# Task details
Please repeat the lines below exactly. Begin with the line containing "#101=IFCINDEXEDPOLYGONALFACE((1,3,4,2));" and go on through the line containing "#128=IFCINDEXEDPOLYGONALFACE((3,4,8,7));".

(Stored data entries)
◆ ◆ ◆ ◆
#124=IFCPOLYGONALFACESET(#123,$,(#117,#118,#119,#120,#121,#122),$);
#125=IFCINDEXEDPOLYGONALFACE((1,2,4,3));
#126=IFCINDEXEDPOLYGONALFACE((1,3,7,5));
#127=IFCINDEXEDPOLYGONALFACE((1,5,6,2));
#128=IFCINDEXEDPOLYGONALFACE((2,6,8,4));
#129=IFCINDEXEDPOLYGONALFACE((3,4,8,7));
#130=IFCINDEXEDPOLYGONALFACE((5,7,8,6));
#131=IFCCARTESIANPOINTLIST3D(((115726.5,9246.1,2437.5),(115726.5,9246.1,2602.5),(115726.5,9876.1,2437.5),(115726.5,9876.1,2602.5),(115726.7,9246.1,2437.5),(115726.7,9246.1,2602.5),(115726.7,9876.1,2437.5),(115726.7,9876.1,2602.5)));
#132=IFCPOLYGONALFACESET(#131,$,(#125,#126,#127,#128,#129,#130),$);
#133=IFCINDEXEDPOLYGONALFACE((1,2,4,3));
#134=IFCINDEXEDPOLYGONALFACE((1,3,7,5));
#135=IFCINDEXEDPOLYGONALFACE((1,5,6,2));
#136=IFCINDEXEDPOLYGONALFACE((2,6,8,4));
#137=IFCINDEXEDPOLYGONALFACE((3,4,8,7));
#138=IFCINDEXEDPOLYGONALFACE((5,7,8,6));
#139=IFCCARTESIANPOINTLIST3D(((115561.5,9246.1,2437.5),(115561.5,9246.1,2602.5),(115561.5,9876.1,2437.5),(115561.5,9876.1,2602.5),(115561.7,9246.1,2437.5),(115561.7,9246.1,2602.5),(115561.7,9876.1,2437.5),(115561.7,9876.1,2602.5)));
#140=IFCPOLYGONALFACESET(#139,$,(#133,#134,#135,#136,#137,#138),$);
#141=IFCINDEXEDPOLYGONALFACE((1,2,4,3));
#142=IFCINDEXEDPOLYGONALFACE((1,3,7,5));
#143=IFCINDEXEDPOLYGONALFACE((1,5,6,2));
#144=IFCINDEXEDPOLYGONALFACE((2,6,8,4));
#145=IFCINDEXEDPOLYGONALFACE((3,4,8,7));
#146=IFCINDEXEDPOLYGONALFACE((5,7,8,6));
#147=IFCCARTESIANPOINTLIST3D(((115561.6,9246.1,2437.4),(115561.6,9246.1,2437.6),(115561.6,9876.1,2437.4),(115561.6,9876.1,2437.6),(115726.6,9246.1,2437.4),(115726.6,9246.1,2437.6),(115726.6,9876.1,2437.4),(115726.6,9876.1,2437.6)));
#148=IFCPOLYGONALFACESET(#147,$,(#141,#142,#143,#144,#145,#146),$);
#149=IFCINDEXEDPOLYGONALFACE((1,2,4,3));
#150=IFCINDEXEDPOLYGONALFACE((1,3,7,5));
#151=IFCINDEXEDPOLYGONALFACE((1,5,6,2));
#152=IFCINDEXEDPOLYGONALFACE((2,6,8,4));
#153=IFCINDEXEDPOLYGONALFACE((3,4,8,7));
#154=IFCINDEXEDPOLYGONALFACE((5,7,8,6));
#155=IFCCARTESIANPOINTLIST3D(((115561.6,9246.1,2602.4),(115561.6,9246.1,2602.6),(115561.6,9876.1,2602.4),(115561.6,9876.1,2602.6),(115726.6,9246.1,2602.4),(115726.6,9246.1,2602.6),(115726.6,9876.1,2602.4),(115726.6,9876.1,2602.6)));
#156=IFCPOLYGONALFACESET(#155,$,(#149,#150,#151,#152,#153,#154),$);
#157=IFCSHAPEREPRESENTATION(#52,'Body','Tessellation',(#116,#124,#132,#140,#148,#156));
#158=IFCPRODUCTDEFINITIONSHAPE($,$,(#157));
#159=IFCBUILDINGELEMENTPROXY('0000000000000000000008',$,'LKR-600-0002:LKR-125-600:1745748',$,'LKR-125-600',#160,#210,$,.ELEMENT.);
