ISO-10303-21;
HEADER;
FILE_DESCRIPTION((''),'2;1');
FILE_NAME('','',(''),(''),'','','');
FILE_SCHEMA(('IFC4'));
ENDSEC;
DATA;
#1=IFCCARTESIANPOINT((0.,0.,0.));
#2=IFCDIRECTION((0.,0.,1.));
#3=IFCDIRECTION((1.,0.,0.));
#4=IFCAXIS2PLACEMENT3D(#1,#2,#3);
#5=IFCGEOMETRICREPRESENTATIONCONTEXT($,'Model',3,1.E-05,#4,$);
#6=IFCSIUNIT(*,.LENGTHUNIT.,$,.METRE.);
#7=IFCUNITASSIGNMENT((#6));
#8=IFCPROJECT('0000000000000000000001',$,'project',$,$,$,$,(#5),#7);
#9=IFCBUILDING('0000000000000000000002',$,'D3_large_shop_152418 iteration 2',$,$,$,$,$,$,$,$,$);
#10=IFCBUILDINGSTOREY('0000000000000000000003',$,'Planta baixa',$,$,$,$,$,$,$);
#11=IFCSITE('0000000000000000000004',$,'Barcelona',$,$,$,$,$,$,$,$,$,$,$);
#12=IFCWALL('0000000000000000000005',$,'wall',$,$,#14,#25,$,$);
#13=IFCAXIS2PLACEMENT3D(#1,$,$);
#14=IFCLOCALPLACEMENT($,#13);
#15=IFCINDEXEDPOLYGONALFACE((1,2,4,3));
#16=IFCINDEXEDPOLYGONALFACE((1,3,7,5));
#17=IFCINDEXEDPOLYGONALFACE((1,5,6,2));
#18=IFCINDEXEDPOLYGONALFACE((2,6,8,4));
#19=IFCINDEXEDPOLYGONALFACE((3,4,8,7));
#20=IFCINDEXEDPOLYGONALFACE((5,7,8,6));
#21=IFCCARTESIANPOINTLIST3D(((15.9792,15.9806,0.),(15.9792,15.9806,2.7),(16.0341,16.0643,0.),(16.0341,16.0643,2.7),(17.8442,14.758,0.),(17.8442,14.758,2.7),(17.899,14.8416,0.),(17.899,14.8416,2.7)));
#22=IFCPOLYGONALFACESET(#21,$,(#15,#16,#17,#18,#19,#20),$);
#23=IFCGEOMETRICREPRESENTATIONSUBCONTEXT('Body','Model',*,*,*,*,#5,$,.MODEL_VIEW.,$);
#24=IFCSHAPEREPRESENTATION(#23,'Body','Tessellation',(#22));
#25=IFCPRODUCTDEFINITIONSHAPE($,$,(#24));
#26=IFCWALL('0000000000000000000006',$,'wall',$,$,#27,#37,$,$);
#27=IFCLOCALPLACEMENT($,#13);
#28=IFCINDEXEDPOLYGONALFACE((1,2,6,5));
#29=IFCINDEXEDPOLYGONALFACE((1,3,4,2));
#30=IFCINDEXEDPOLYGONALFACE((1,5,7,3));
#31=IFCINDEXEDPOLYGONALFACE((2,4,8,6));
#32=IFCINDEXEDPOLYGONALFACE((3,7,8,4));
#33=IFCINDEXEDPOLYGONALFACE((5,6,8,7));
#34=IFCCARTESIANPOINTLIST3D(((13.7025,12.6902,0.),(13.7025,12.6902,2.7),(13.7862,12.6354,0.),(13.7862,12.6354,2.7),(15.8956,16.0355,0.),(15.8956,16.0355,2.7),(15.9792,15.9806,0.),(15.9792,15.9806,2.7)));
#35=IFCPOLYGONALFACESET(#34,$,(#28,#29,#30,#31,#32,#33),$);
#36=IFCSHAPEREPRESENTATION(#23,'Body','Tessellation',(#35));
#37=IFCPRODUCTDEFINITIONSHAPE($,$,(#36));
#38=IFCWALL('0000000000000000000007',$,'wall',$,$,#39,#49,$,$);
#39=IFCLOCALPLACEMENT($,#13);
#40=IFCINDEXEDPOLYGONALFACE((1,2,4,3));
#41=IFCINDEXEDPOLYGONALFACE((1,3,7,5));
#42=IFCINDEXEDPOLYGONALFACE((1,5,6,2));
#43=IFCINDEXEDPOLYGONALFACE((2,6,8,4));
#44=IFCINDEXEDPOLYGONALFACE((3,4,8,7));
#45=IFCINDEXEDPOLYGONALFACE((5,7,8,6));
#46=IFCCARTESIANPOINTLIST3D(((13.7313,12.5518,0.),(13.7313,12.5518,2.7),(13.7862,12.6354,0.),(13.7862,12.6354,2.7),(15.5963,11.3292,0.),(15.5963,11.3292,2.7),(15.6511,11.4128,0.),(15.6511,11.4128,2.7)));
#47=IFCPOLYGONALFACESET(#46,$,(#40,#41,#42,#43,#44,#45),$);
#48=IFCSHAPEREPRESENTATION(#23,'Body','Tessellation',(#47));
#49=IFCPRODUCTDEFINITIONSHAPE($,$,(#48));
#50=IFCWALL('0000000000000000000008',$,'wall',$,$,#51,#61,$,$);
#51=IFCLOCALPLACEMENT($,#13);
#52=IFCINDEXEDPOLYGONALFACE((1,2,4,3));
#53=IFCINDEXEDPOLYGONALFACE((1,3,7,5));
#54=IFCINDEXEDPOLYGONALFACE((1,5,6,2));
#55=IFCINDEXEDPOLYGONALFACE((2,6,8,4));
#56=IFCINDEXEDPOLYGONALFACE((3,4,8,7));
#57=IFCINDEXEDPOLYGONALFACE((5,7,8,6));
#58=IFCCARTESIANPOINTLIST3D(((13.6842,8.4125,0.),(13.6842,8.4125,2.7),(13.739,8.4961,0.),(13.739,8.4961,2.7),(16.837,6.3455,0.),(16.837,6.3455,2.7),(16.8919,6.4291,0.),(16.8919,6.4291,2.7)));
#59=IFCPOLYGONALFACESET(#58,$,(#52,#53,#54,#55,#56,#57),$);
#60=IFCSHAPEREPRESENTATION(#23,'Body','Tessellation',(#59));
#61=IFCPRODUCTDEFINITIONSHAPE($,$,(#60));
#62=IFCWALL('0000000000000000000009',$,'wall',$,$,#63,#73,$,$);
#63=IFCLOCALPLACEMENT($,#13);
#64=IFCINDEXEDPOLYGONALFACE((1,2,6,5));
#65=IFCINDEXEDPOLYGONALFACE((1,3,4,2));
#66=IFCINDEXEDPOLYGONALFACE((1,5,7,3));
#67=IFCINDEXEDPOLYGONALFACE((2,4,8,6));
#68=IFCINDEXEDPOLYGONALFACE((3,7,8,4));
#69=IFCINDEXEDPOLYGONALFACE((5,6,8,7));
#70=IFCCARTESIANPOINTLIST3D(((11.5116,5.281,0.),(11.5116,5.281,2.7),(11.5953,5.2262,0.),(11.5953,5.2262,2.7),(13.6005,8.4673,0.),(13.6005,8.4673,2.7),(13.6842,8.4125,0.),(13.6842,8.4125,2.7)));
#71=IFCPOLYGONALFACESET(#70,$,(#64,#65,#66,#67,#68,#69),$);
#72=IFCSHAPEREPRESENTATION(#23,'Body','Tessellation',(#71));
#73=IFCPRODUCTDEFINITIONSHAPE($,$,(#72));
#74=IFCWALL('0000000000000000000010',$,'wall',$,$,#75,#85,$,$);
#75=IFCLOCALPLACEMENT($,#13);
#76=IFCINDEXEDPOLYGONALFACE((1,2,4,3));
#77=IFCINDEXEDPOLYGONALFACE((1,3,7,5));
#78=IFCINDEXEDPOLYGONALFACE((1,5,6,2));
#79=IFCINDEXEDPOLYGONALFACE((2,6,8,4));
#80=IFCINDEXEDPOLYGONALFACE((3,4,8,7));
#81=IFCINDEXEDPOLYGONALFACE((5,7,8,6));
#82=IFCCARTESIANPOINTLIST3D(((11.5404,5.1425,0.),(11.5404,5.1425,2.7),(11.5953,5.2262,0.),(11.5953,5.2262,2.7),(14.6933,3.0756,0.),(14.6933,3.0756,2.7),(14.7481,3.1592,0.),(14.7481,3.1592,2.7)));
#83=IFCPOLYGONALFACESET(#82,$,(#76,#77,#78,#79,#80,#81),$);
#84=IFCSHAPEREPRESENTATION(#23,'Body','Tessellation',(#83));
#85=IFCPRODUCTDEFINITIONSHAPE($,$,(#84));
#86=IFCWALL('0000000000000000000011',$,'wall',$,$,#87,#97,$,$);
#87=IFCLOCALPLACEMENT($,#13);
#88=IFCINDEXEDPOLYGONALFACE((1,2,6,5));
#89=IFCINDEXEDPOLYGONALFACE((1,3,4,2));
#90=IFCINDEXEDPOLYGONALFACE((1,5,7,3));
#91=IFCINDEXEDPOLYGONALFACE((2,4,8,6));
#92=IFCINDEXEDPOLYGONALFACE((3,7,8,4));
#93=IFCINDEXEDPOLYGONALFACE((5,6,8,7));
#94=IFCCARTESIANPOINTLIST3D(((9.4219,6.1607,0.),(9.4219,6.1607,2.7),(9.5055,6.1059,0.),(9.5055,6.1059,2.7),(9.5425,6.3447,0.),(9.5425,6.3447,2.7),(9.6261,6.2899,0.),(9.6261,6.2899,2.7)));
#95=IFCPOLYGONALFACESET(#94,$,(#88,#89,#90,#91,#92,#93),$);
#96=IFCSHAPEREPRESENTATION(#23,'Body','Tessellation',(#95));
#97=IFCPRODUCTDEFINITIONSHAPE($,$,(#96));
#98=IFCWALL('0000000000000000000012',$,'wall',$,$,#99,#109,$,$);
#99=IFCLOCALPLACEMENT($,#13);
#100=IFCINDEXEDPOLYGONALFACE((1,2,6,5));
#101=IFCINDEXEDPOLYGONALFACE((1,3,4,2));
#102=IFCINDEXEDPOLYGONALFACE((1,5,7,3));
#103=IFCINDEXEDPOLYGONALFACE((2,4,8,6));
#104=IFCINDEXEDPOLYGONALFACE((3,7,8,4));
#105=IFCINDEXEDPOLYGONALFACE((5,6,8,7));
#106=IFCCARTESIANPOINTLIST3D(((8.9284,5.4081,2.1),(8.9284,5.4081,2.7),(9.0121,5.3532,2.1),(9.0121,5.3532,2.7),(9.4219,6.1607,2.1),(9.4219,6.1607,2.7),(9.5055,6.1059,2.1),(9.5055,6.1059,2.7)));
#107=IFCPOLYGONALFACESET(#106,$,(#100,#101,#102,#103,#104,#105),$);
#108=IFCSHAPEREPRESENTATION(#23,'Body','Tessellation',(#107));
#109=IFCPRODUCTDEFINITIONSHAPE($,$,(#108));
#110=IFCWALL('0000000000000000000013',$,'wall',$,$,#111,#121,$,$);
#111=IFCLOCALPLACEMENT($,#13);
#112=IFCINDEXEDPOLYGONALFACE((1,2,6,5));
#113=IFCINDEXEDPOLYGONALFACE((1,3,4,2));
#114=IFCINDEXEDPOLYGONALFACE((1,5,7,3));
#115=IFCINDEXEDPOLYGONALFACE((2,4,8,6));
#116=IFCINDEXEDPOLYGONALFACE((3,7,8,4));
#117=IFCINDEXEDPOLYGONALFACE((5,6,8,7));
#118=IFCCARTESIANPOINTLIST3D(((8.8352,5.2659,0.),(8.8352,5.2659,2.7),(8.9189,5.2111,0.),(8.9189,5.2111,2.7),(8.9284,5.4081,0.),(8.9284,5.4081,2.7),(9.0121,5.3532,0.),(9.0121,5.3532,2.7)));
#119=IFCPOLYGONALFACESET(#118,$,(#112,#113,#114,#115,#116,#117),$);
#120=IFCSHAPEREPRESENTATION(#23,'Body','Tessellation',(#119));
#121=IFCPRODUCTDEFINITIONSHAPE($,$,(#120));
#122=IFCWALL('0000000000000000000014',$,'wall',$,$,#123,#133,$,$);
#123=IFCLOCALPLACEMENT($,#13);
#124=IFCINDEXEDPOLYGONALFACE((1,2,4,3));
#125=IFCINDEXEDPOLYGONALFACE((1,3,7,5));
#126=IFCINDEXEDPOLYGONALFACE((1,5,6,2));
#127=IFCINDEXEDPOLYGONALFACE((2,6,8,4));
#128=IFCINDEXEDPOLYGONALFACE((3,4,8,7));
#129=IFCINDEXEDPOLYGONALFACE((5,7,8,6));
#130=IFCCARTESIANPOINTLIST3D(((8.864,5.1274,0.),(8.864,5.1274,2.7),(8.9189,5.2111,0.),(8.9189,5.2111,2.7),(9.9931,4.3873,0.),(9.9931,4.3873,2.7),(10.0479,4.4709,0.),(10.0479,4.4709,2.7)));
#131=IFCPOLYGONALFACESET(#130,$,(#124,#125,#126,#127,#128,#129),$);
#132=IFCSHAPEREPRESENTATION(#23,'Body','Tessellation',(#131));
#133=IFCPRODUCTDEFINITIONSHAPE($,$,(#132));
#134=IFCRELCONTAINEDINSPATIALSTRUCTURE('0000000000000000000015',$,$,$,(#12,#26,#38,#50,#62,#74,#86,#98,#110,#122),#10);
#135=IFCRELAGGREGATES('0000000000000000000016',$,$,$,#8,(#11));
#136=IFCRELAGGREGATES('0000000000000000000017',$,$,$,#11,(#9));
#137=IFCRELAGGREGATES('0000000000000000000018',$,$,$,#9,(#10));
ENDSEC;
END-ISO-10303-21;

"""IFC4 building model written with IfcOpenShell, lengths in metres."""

from ifc_helpers import new_model, si_unit, frame, origin, origin_with_axes, place, context, subcontext, project, spatial, polyline, outline, extrude, element, save


model = new_model("IFC4")

# Units and contexts
model_context = context("Model", 3, precision=1e-05, world=origin_with_axes())
body_context = subcontext(model_context, "Body", "Model", "MODEL_VIEW")
ifc_project = project(units=[si_unit("LENGTHUNIT", "METRE")], contexts=[model_context])

# Site, building, storey
site = spatial("IfcSite", under=ifc_project, Name="Barcelona")
building = spatial("IfcBuilding", under=site, Name="D3_large_shop_152418 iteration 2")
storey = spatial("IfcBuildingStorey", under=building, Name="Planta baixa")

# Walls
wall_1_placement = place(None, origin_with_axes())
element("IfcWall", 1, at=wall_1_placement, inside=storey, Name="wall", context=body_context, shape_type="SweptSolid", body=[
    extrude(outline(polyline([(17.8442, 14.758), (15.9792, 15.9806), (16.0341, 16.0643), (17.899, 14.8416), (17.8442, 14.758)])), origin(), (0.0, 0.0, 1.0), 2.7),
])
wall_2_placement = place(None, origin_with_axes())
element("IfcWall", 2, at=wall_2_placement, inside=storey, Name="wall", context=body_context, shape_type="SweptSolid", body=[
    extrude(outline(polyline([(15.9792, 15.9806), (13.7862, 12.6354), (13.7025, 12.6902), (15.8956, 16.0355), (15.9792, 15.9806)])), origin(), (0.0, 0.0, 1.0), 2.7),
])
wall_3_placement = place(None, origin_with_axes())
element("IfcWall", 3, at=wall_3_placement, inside=storey, Name="wall", context=body_context, shape_type="SweptSolid", body=[
    extrude(outline(polyline([(13.7862, 12.6354), (15.6511, 11.4128), (15.5963, 11.3292), (13.7313, 12.5518), (13.7862, 12.6354)])), origin(), (0.0, 0.0, 1.0), 2.7),
])
wall_4_placement = place(None, origin_with_axes())
element("IfcWall", 4, at=wall_4_placement, inside=storey, Name="wall", context=body_context, shape_type="SweptSolid", body=[
    extrude(outline(polyline([(16.837, 6.3455), (13.6842, 8.4125), (13.739, 8.4961), (16.8919, 6.4291), (16.837, 6.3455)])), origin(), (0.0, 0.0, 1.0), 2.7),
])
wall_5_placement = place(None, origin_with_axes())
element("IfcWall", 5, at=wall_5_placement, inside=storey, Name="wall", context=body_context, shape_type="SweptSolid", body=[
    extrude(outline(polyline([(13.6842, 8.4125), (11.5953, 5.2262), (11.5116, 5.281), (13.6005, 8.4673), (13.6842, 8.4125)])), origin(), (0.0, 0.0, 1.0), 2.7),
])
wall_6_placement = place(None, origin_with_axes())
element("IfcWall", 6, at=wall_6_placement, inside=storey, Name="wall", context=body_context, shape_type="SweptSolid", body=[
    extrude(outline(polyline([(11.5953, 5.2262), (14.7481, 3.1592), (14.6933, 3.0756), (11.5404, 5.1425), (11.5953, 5.2262)])), origin(), (0.0, 0.0, 1.0), 2.7),
])
wall_7_placement = place(None, origin_with_axes())
element("IfcWall", 7, at=wall_7_placement, inside=storey, Name="wall", context=body_context, shape_type="SweptSolid", body=[
    extrude(outline(polyline([(9.6261, 6.2899), (9.5055, 6.1059), (9.4219, 6.1607), (9.5425, 6.3447), (9.6261, 6.2899)])), origin(), (0.0, 0.0, 1.0), 2.7),
])
wall_8_placement = place(None, origin_with_axes())
element("IfcWall", 8, at=wall_8_placement, inside=storey, Name="wall", context=body_context, shape_type="SweptSolid", body=[
    extrude(outline(polyline([(9.5055, 6.1059), (9.0121, 5.3532), (8.9284, 5.4081), (9.4219, 6.1607), (9.5055, 6.1059)])), frame((0.0, 0.0, 2.1)), (0.0, 0.0, 1.0), 0.6),
])
wall_9_placement = place(None, origin_with_axes())
element("IfcWall", 9, at=wall_9_placement, inside=storey, Name="wall", context=body_context, shape_type="SweptSolid", body=[
    extrude(outline(polyline([(9.0121, 5.3532), (8.9189, 5.2111), (8.8352, 5.2659), (8.9284, 5.4081), (9.0121, 5.3532)])), origin(), (0.0, 0.0, 1.0), 2.7),
])
wall_10_placement = place(None, origin_with_axes())
element("IfcWall", 10, at=wall_10_placement, inside=storey, Name="wall", context=body_context, shape_type="SweptSolid", body=[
◆ ◆ ◆ ◆
# Output for this exercise
#101=IFCINDEXEDPOLYGONALFACE((1,3,4,2));
#102=IFCINDEXEDPOLYGONALFACE((1,5,7,3));
#103=IFCINDEXEDPOLYGONALFACE((2,4,8,6));
#104=IFCINDEXEDPOLYGONALFACE((3,7,8,4));
#105=IFCINDEXEDPOLYGONALFACE((5,6,8,7));
#106=IFCCARTESIANPOINTLIST3D(((8.9284,5.4081,2.1),(8.9284,5.4081,2.7),(9.0121,5.3532,2.1),(9.0121,5.3532,2.7),(9.4219,6.1607,2.1),(9.4219,6.1607,2.7),(9.5055,6.1059,2.1),(9.5055,6.1059,2.7)));
#107=IFCPOLYGONALFACESET(#106,$,(#100,#101,#102,#103,#104,#105),$);
#108=IFCSHAPEREPRESENTATION(#23,'Body','Tessellation',(#107));
#109=IFCPRODUCTDEFINITIONSHAPE($,$,(#108));
#110=IFCWALL('0000000000000000000013',$,'wall',$,$,#111,#121,$,$);
#111=IFCLOCALPLACEMENT($,#13);
#112=IFCINDEXEDPOLYGONALFACE((1,2,6,5));
#113=IFCINDEXEDPOLYGONALFACE((1,3,4,2));
#114=IFCINDEXEDPOLYGONALFACE((1,5,7,3));
#115=IFCINDEXEDPOLYGONALFACE((2,4,8,6));
#116=IFCINDEXEDPOLYGONALFACE((3,7,8,4));
#117=IFCINDEXEDPOLYGONALFACE((5,6,8,7));
#118=IFCCARTESIANPOINTLIST3D(((8.8352,5.2659,0.),(8.8352,5.2659,2.7),(8.9189,5.2111,0.),(8.9189,5.2111,2.7),(8.9284,5.4081,0.),(8.9284,5.4081,2.7),(9.0121,5.3532,0.),(9.0121,5.3532,2.7)));
#119=IFCPOLYGONALFACESET(#118,$,(#112,#113,#114,#115,#116,#117),$);
#120=IFCSHAPEREPRESENTATION(#23,'Body','Tessellation',(#119));
#121=IFCPRODUCTDEFINITIONSHAPE($,$,(#120));
#122=IFCWALL('0000000000000000000014',$,'wall',$,$,#123,#133,$,$);
#123=IFCLOCALPLACEMENT($,#13);
#124=IFCINDEXEDPOLYGONALFACE((1,2,4,3));
#125=IFCINDEXEDPOLYGONALFACE((1,3,7,5));
#126=IFCINDEXEDPOLYGONALFACE((1,5,6,2));
#127=IFCINDEXEDPOLYGONALFACE((2,6,8,4));
#128=IFCINDEXEDPOLYGONALFACE((3,4,8,7));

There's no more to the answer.